La fuente debe ser partida con punto medio de 12+0+12, que al rectificarla nos dara 18+-, que es lo optimo para q el amplificador corra a su mejor desempeño.


TDA2050, utiliza el mismo pbc, del tda2040, solo es cambiar el integrado por el tda2050, y listo, las diferencias:

da 30w de salida
la alimentacion puede ser de 25v, suebiendo asi el rendimiento del amplificador, tambien sirbe con el de 12+0+12, pero recomendado usar un transformador de 16+0+16, o 14+0+14.


Adjunto el archivo para q lo abran en el PCB WIZARD, suerte a todos, y gracias por su ayuda, poco a poco subire todos los tda de esta clase, puesto q son tremendamente baratos y excelentes, proximamente: TDA2052 60W

los precios para q se hagan una idea, esto es lo maximo q se puede gastar.

--------------------------------------
TDA 2052 4000
7 RESISTENCIAS 700
5 FILTROS 2700
2 CONECTORES 1200
3 CERAMICOS 300
1 PLACA 1000
1 ACIDO 1000
1 DISIPADOR 1500
PAPELERIA 1000
ESTAÑO 1000
------
14400
---------------------------------------
TDA2040 1500
4 RESISTENCIAS 400
3 FILTROS 1300
3 CONECTORES 1000
3 CERAMICOS 300
1 PLACA 1000
1 ACIDO 1000
1 DISIPADOR 1000
PAPELERIA 1000
ESTAÑO 1000
------
9500


----------



## deniel144 (Ene 2, 2008)

hola la resistencia r4 es de 4.7 ohm  o 4.7kohm

esop gracias


----------



## luiselelectronico (Mar 25, 2008)

Es de 4.7 ohms la r4. Mi primer amplificador lo arme con un TDA2002. Era de 8W con una distorsion enorme. El segundo fue con un TDA2040 y este me dejo totalmente satisfecho por que tiene buena potencia y una fidelidad enorme. Ahora estoy haciendo un sistema de audio 5.1 basandome en un TDA2050 con configuracion BTL (puente). Despues les cuento como me fue. Saludos!


----------



## takeuno (Jul 3, 2008)

el transformador, ya esta rectificado por un puente de diodo?
o no es necesario. al circuitpo pcb wizard le falta la parte de circuito lineal , como lo puedo hacer. Gracias de ante mano por el circuito lo realizare.


----------



## joako666 (Jul 3, 2008)

Deves hacer una fuente simetrica con un transformador 18x18 esto quiere decir que tiene un tap central del cual a los otros dos cables da 18 v.
si consigues un transformador de 18v simple puedes hacer un doblador de tensión como el que se explica en la siguiente direccion

http://www.construyasuvideorockola.com/sonido_c_amp1.php

saludos


----------



## takeuno (Jul 4, 2008)

esta bueno el circuito del pcb, quiero modificar el circuito  y necesito el circuito de simbolos, trata de colocarlo como descarga. de antemano muchas gracias.(estoy comprando los materiales)


----------



## joako666 (Jul 6, 2008)

Aqui esta el pcb del doblador de tensión para no tener que usar transformador con tap central

saludos


----------



## eskor_fdr (Jul 10, 2008)

queeria saber que diferencias hay entre el doblador ese q postiastee y un transformador de punto medio....osea que ventajas tiene el transformador de punto medio sobre el circuito que subiste....porque la verdad conviene,,, ...

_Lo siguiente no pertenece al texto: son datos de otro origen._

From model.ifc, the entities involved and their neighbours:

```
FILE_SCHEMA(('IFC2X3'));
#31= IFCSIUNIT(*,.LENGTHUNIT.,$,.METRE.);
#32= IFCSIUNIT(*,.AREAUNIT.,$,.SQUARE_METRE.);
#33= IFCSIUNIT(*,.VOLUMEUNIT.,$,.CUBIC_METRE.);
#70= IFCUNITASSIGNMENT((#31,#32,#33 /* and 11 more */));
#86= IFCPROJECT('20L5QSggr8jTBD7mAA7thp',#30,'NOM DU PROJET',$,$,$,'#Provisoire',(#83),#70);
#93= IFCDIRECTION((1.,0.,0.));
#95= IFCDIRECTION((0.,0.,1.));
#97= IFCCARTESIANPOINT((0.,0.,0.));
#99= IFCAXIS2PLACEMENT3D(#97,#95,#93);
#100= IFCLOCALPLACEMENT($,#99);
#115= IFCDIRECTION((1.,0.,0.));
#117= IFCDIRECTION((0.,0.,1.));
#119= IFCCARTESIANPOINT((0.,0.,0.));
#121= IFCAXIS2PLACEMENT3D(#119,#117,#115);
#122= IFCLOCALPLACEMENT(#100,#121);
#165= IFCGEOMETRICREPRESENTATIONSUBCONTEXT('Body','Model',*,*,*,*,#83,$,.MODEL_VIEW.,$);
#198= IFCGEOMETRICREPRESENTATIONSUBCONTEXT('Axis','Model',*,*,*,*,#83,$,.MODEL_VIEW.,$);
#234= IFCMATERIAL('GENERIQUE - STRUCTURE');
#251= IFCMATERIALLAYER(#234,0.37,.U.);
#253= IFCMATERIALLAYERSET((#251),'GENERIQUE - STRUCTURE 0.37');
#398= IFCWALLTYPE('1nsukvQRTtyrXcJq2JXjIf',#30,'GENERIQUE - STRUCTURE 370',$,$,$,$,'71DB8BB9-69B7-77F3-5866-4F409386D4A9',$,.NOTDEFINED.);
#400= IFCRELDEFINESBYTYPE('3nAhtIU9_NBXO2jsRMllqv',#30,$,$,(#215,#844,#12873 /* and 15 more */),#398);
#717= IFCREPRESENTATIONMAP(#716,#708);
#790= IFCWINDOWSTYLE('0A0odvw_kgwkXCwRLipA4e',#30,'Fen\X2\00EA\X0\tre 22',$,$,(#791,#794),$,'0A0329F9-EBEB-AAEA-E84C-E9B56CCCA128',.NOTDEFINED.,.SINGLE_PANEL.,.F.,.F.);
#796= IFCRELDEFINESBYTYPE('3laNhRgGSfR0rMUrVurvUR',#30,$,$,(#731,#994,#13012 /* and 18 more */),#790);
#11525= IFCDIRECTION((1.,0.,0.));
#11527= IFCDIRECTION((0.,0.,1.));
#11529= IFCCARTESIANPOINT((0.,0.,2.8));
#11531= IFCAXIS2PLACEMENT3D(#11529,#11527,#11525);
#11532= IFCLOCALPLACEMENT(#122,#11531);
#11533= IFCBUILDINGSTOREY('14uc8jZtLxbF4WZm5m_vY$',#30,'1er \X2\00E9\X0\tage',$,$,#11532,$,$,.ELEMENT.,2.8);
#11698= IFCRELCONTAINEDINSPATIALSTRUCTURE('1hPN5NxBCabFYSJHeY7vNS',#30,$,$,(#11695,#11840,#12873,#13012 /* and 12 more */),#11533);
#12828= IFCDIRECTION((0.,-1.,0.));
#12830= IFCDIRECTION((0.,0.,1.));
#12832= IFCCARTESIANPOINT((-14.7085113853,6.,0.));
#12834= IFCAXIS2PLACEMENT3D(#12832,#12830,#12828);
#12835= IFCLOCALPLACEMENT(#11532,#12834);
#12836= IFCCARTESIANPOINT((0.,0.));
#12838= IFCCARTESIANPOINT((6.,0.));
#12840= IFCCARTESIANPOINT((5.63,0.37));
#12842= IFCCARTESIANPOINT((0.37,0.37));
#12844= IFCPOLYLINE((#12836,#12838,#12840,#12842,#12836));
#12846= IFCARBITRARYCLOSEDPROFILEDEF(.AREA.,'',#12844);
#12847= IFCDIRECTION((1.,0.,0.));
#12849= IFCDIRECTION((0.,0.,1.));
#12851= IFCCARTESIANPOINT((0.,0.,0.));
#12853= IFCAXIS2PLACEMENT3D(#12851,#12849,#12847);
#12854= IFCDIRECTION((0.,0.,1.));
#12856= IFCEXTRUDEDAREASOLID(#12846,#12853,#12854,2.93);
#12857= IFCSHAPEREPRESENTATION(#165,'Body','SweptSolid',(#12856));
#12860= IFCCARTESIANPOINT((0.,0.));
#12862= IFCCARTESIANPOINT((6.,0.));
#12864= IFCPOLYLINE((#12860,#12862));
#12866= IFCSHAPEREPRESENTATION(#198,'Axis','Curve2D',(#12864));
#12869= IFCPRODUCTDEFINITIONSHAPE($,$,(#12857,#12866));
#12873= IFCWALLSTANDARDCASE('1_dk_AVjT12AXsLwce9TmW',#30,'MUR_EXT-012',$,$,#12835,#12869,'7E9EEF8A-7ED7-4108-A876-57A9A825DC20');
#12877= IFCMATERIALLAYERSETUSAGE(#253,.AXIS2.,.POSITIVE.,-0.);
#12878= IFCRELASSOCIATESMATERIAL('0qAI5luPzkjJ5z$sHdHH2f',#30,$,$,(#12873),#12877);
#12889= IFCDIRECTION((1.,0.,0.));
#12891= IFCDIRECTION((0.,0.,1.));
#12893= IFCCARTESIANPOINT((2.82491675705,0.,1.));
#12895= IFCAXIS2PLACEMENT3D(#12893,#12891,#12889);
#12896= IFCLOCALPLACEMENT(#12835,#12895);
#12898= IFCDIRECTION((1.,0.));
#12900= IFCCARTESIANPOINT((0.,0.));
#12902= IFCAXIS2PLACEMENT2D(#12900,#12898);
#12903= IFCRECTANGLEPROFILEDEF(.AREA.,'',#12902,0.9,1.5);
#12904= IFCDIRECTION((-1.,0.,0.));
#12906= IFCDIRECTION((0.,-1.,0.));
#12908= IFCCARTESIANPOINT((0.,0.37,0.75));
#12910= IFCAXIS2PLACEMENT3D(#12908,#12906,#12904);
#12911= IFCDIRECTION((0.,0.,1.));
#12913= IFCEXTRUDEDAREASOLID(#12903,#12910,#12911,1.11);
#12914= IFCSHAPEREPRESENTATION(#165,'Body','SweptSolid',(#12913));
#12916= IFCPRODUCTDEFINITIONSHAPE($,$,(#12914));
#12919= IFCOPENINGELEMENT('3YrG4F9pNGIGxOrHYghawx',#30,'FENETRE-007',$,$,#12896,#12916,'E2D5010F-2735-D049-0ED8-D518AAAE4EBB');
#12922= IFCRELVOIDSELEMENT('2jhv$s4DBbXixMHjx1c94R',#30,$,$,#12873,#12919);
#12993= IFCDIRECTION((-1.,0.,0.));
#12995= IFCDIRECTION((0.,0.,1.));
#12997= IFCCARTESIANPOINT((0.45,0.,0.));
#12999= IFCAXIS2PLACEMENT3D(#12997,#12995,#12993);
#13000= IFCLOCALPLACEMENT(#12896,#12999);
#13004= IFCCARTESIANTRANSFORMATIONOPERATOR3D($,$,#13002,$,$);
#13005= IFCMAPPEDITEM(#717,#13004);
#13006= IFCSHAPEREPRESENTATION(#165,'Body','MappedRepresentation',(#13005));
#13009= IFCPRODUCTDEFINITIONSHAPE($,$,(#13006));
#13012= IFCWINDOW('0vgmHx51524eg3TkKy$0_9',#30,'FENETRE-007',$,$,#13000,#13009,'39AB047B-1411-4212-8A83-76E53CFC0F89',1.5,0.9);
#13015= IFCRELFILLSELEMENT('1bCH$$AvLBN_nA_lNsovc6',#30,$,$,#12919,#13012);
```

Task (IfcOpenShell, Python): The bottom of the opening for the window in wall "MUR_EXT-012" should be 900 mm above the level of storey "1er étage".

```python
import numpy as np
import ifcopenshell
import ifcopenshell.api.geometry
import ifcopenshell.geom
import ifcopenshell.util.element
import ifcopenshell.util.placement
import ifcopenshell.util.shape
import ifcopenshell.util.unit

model = ifcopenshell.open("model.ifc")
unit_scale = ifcopenshell.util.unit.calculate_unit_scale(model)

window = model.by_guid("0vgmHx51524eg3TkKy$0_9")
opening = window.FillsVoids[0].RelatingOpeningElement
storey = ifcopenshell.util.element.get_container(window, ifc_class="IfcBuildingStorey")
level = ifcopenshell.util.placement.get_local_placement(storey.ObjectPlacement)[2, 3]

# The opening's origin need not be at the sill, so measure its lowest point.
shape = ifcopenshell.geom.create_shape(ifcopenshell.geom.settings(), opening)
bottom = ifcopenshell.util.shape.get_shape_bottom_elevation(shape, shape.geometry) / unit_scale
dz = level + 0.9 / unit_scale - bottom

shift = np.array([0.0, 0.0, dz])
# The window is placed relative to its opening, so it follows when the opening moves.
matrix = ifcopenshell.util.placement.get_local_placement(opening.ObjectPlacement)
matrix[:3, 3] += shift
ifcopenshell.api.geometry.edit_object_placement(
    model, product=opening, matrix=matrix, is_si=False, should_transform_children=True
)

print(f"moved by {dz * unit_scale:+.3f} m")

model.write("model_edited.ifc")
```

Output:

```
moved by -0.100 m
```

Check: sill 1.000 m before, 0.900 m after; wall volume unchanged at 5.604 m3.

disculpen de nuevo por favor... me podrian decir la diferencia de dolar a pesos colombianos...muchas gracias...


----------



## joako666 (Jul 10, 2008)

Bueno, el transformador con punto medio permite hacer una fuente de onda completa mientras que el doblador de tension es de media onda. 
En circuitos de presicion se nota la diferencia, pero si se usan condensadores altos no se nota la diferencia en los amplificador.

en cuanto al cambio de moneda aqui esta eata pagina para eso

http://www.gocurrency.com/conversor...ambio moneda dólar&CMP=SFS-70160000000CwVRAA0


saludos


----------



## SA7AN (Ago 21, 2008)

luiselelectronico dijo:
			
		

> Es de 4.7 ohms la r4. Mi primer amplificador lo arme con un TDA2002. Era de 8W con una distorsion enorme. El segundo fue con un TDA2040 y este me dejo totalmente satisfecho por que tiene buena potencia y una fidelidad enorme. Ahora estoy haciendo un sistema de audio 5.1 basandome en un TDA2050 con configuracion BTL (puente). Despues les cuento como me fue. Saludos!

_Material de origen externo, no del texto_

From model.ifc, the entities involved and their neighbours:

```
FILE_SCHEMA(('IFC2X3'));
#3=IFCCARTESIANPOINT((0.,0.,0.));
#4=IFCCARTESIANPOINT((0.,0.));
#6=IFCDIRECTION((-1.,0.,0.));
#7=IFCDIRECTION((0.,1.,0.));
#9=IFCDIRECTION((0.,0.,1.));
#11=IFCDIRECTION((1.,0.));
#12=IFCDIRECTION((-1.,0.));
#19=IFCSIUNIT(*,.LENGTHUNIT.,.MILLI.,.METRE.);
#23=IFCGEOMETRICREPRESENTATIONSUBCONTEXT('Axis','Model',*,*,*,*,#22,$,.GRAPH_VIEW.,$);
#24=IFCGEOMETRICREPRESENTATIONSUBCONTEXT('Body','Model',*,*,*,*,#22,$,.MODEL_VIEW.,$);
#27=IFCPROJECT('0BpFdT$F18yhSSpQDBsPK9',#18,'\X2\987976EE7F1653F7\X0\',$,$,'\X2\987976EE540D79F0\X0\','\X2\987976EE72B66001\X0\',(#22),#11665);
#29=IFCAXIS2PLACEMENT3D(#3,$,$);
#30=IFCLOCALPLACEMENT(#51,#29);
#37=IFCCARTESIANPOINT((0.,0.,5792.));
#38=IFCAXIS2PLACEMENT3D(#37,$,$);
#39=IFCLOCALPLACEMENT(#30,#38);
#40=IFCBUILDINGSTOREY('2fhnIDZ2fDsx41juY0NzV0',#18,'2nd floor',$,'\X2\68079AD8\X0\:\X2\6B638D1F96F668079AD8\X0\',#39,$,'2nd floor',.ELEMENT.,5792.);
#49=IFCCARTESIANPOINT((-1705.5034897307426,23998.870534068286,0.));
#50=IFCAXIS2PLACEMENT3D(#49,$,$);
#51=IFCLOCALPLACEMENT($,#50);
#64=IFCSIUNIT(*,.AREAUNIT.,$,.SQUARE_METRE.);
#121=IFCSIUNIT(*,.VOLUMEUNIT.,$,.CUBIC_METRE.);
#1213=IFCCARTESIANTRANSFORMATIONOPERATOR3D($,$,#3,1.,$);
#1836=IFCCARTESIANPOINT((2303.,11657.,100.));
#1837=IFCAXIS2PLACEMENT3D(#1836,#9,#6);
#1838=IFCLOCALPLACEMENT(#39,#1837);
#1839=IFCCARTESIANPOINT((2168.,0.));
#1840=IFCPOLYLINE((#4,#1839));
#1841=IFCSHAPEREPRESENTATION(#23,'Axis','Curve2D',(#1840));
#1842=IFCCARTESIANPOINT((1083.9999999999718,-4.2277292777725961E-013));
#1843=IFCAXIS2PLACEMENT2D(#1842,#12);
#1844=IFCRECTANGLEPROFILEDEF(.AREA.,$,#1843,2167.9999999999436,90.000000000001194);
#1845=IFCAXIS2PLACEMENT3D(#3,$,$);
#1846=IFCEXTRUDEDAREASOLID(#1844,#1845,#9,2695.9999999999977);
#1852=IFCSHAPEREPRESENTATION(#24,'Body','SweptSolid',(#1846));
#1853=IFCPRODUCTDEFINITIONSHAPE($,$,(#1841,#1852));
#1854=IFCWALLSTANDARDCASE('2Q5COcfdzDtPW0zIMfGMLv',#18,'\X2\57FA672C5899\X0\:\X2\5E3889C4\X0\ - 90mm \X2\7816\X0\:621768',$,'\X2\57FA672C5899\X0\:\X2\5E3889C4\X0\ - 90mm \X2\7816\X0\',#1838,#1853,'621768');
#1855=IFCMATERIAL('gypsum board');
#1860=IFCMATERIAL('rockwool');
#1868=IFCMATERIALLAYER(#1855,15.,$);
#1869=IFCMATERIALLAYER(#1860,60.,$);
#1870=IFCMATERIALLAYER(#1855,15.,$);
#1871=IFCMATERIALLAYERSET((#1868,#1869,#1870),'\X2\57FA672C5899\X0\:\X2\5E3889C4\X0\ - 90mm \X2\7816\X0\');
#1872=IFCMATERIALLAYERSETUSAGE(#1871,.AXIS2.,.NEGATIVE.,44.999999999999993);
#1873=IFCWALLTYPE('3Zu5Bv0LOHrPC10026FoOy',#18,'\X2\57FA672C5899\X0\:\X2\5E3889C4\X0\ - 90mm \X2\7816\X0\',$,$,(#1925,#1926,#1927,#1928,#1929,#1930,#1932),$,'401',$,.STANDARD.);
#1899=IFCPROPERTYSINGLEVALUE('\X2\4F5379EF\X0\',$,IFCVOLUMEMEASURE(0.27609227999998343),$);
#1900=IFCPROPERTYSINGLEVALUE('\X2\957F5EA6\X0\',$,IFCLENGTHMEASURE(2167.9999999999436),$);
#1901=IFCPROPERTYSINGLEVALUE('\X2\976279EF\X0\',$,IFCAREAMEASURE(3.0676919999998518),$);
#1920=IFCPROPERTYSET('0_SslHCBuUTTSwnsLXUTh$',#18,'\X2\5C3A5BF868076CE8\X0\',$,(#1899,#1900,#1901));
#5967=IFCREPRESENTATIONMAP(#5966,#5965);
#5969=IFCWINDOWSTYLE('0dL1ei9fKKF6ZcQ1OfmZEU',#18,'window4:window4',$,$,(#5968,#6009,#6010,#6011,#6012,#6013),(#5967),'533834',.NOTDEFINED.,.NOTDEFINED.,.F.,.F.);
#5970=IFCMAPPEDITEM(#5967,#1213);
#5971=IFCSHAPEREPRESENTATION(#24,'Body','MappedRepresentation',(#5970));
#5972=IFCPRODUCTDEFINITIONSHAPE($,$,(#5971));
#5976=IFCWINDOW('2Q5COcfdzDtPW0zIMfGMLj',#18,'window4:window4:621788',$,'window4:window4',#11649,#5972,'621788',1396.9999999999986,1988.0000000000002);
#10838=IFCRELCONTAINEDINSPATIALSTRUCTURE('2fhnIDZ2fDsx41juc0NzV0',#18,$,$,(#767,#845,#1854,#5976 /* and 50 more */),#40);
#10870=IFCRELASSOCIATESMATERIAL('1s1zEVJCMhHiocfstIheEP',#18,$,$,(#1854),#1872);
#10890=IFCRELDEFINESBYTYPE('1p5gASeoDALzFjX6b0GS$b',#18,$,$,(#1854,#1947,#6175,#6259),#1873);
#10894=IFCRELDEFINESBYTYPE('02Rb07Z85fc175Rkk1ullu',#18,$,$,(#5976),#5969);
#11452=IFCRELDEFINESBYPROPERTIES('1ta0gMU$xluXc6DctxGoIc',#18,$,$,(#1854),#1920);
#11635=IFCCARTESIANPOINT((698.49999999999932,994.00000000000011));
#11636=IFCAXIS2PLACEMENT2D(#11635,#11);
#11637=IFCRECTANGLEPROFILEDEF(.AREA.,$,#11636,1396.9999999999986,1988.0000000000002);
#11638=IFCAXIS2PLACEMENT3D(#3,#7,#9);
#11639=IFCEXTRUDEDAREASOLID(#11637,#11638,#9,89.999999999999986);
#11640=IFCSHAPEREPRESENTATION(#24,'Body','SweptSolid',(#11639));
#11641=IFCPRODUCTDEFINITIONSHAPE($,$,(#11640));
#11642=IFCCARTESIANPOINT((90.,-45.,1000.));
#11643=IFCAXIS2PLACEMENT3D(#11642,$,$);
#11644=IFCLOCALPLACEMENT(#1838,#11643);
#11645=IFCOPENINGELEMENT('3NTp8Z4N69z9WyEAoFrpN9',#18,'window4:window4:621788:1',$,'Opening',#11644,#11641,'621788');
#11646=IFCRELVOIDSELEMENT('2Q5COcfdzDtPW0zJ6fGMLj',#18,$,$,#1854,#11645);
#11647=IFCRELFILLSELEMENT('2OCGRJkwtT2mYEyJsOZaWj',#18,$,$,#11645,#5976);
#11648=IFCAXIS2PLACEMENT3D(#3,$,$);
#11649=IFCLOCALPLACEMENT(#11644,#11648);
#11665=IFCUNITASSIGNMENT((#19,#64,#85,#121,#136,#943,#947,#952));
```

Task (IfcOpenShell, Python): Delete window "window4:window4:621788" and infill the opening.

```python
import ifcopenshell
import ifcopenshell.api.feature
import ifcopenshell.api.pset
import ifcopenshell.api.root
import ifcopenshell.geom
import ifcopenshell.util.element
import ifcopenshell.util.shape
import ifcopenshell.util.unit

model = ifcopenshell.open("model.ifc")
area_scale = ifcopenshell.util.unit.calculate_unit_scale(model, "AREAUNIT")
volume_scale = ifcopenshell.util.unit.calculate_unit_scale(model, "VOLUMEUNIT")
settings = ifcopenshell.geom.settings()


def volume(element):
    """Net volume in cubic metres, openings subtracted."""
    shape = ifcopenshell.geom.create_shape(settings, element)
    return ifcopenshell.util.shape.get_volume(shape.geometry)


window = model.by_guid("2Q5COcfdzDtPW0zIMfGMLj")
opening = window.FillsVoids[0].RelatingOpeningElement
wall = opening.VoidsElements[0].RelatingBuildingElement
before = volume(wall)

ifcopenshell.api.root.remove_product(model, product=window)
ifcopenshell.api.feature.remove_feature(model, feature=opening)

after = volume(wall)
thickness = 0.09  # wall thickness in metres

# Update the wall's stored quantities.
pset = model.by_id(ifcopenshell.util.element.get_pset(wall, "尺寸标注", should_inherit=False)["id"])
ifcopenshell.api.pset.edit_pset(model, pset=pset, properties={
    "体积": model.create_entity("IfcVolumeMeasure", after / volume_scale),
    "面积": model.create_entity("IfcAreaMeasure", after / thickness / area_scale),
})

print(f"wall volume {before:.3f} -> {after:.3f} m3")

model.write("model-out.ifc")
```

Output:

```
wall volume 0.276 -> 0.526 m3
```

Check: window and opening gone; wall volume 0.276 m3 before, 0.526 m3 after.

Esperare el circuito en btl


----------



## randall (Sep 14, 2008)

tengo una pregunta, yo tengo un TDA2030 lo puedo colocar en este circuito?


----------



## leop4 (Sep 15, 2008)

si el 2030 2040 y 2050 son todos iguales. asi que anda nomas jeje.


----------



## SA7AN (Sep 28, 2008)

leop4 dijo:
			
		

> si el 2030 2040 y 2050 son todos iguales. asi que anda nomas jeje.



No son iguales, pero si compatibles. varia la potencia entregada, segun el modelo del integrado, mas información en las datasheets correspondientes a cada integrado.

Por cierto estoy armando un circuito en BTL con tda 2030. alguien ha armado un circuito de estos. porque googleando encontre este esquematico. ni bien lo armo les cuento, la pcb solo mide 5 x 3 cm.

En estos dias lo armo y creo un tema sobre este amplificador. quisiera saber si alguien lo ha probado.

Saludos.


----------



## Asterix (Dic 16, 2008)

Hola chechorueda, un gustazo. He armado algo con TDA y realmente me encanta la respuesta que tienen estos integraditos, se portan perfecto. Te pregunto si te fuera posible poner el archivito de la placa en otro formato que no sea pcb ya que no poseo el programa, tal vez en pdf, autocad, corel, word, alguno. Te mando mis saludos y gracias.


----------



## jorge noboa (Ene 7, 2009)

Saludos puedes pasarme ese amplificador con el 2050 yo soy fanatico del 2040


----------



## treblo (Mar 9, 2009)

Hola me estoy armando un amplificado estereo con 2 TDA2040 con un preamplificado TDA1524 y tambien unos vumetros para cada canal con el integrado lm3915 la pregunta es que transformador me conviene usar osea de cuantos Ampers lo tendria que pedir


----------



## MasterofPupets (Mar 22, 2009)

Fíjate en las hojas de datos de cada integrado y suma las corrientes calculo que con 5 amp vas a andar bien

Ya que estamos 
Tengo dos tda2040 funcionando por separado quería saber si para conectarlo en puente lo único que tengo que hacer es conectar una R de 22k y conectar la bocina en el pin 4 de cada integrado?
Sin modificar algo más?

la fuente es de +-12v 4A por rama rectificado con un puente de diodos de 6A y 4700µf y100nf de filtrado

Quiero saber si es así para desarmar mi potencia


----------



## chacarock (Ago 17, 2009)

Hola master, lo conseguiste en santiago al integrado este?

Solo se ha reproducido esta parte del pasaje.